El mozo volvió a llenar los vasos.
-¡Por mi regreso y por la boda de hoy en un año! -brindó, y cuando los vasos
volvieron a quedar vacíos, levantando la botella, añadió-: ¡Has asistido al día
más hermoso de mi vida; nunca más volverás a servir!
Y la arrojó al aire.
Poco pensó entonces la muchacha que aún vería volar otras veces la botella;
y, sin embargo, así fue. La botella fue a caer en el espeso cañaveral de un
pequeño estanque que había en el bosque; el gollete recordaba aún perfectamente
cómo había ido a parar allí y cómo había pensado:
«Les di vino y ellos me devuelven agua cenagosa; su intención era buena, de
todos modos». No podía ya ver a la pareja de novios ni a sus regocijados padres,
pero durante largo rato los estuvo oyendo cantar y charlar alegremente. Llegaron
en esto dos chiquillos campesinos, que, mirando por entre las cañas,
descubrieron la botella y se la llevaron a casa. Volvía a estar atendida.

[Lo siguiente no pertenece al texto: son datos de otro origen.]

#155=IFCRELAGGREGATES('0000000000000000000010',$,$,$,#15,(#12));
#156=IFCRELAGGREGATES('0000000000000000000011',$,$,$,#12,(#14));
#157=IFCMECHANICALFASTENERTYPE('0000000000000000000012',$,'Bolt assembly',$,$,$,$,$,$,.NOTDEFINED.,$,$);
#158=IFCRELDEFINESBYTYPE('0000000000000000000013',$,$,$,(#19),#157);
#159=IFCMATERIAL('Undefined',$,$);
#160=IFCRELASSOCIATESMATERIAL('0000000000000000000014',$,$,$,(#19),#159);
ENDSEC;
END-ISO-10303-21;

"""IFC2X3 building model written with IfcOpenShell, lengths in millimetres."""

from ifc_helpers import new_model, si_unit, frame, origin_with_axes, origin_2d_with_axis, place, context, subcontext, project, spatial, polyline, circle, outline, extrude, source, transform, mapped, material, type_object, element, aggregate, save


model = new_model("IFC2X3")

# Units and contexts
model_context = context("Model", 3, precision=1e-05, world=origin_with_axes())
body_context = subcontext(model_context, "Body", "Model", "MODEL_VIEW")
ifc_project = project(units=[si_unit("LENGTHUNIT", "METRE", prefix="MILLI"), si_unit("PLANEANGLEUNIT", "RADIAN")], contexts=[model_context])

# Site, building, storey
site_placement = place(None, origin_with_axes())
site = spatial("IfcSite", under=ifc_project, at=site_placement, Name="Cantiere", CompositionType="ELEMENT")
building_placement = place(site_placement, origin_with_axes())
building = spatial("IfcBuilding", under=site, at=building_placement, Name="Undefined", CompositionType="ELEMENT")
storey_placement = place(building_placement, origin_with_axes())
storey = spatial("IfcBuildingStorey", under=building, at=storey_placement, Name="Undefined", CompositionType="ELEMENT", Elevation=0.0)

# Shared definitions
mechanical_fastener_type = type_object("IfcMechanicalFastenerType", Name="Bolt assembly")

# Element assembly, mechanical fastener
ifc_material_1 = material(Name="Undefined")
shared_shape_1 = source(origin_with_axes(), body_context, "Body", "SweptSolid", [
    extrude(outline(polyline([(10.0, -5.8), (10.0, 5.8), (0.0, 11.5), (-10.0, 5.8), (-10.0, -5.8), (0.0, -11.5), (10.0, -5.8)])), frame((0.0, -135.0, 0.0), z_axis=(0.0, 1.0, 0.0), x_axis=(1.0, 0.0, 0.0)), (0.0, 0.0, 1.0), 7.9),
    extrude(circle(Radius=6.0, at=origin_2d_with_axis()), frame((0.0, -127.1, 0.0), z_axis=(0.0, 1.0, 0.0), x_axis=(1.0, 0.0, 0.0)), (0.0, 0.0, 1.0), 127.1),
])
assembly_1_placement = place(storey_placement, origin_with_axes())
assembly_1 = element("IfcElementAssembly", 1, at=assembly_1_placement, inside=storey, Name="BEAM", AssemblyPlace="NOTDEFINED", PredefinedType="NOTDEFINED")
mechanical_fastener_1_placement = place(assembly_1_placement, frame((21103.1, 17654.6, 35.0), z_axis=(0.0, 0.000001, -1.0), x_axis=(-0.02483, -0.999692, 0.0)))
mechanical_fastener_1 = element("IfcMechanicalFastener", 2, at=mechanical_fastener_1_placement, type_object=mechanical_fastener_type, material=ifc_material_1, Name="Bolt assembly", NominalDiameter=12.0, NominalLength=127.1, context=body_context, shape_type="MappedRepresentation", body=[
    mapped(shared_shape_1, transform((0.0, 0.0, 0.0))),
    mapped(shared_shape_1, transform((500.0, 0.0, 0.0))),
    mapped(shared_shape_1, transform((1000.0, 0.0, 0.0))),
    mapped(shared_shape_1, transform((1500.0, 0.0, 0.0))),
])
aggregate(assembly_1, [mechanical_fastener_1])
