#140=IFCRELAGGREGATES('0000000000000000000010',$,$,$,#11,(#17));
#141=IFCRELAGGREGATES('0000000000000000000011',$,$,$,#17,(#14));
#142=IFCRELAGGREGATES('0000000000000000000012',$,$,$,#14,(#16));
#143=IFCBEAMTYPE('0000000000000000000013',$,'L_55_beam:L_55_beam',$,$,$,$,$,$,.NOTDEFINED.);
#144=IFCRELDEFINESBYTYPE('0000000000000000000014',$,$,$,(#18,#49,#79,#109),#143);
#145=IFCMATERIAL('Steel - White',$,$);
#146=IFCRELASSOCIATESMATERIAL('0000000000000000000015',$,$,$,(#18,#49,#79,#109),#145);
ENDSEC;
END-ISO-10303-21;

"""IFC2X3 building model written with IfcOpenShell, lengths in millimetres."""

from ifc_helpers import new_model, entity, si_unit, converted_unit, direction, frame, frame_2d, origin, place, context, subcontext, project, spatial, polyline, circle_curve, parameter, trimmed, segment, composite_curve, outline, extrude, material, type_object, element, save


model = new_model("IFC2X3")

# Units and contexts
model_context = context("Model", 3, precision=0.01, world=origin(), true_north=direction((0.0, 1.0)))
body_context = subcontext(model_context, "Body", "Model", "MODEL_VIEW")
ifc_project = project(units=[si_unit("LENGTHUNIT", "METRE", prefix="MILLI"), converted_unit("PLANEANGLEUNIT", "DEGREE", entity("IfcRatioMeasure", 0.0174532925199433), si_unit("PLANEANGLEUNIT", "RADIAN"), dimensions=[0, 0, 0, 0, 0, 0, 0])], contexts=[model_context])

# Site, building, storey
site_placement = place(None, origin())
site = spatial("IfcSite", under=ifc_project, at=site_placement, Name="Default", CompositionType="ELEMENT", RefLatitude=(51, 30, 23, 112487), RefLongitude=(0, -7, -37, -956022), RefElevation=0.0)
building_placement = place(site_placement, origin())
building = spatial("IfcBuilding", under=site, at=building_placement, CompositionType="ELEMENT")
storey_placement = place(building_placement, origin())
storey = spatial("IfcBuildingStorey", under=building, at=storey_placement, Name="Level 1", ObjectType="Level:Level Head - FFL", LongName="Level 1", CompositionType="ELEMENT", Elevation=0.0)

En la casa del bosque donde moraban los muchachos, la víspera había llegado
su hermano mayor, que era marino, para despedirse, pues iba a emprender un largo
viaje. Corría la madre de un lado para otro empaquetando cosas y más cosas; al
anochecer, el padre iría a la ciudad a ver a su hijo por última vez antes de su
partida, y a llevarle el último saludo de la madre. Había puesto ya en el hato
una botellita de aguardiente de hierbas aromáticas, cuando se presentaron los
muchachitos con la botella encontrada, que era mayor y más resistente. Su
capacidad era superior a la de la botellita, y el licor era muy bueno para el
dolor de estómago, pues entre otras muchas hierbas, contenía corazoncillo. Esta
vez no llenaron la botella con vino, como la anterior, sino con una poción
amarga, aunque excelente, para el estómago. La nueva botella reemplazó a la
antigua, y así reanudó aquélla sus correrías. Pasó a bordo del barco propiedad
de Peter Jensen, justamente el mismo en el que servía el joven piloto, el cual
no vio la botella, aparte que lo más probable es que no la hubiera reconocido ni
pensado que era la misma con cuyo contenido habían brindado por su noviazgo y su
feliz regreso.
Aunque no era vino lo que la llenaba, no era menos bueno su contenido. A
Peter Jensen lo llamaban sus compañeros «El boticario», pues a cada momento
sacaba la botella y administraba a alguien la excelente medicina -excelente para
el estómago, entendámonos-; y aquello duró hasta que se hubo consumido la última
gota. Fueron días felices, y la botella solía cantar cuando la frotaban con el
tapón. De entonces le vino el nombre de alondra, la alondra de Peter Jensen.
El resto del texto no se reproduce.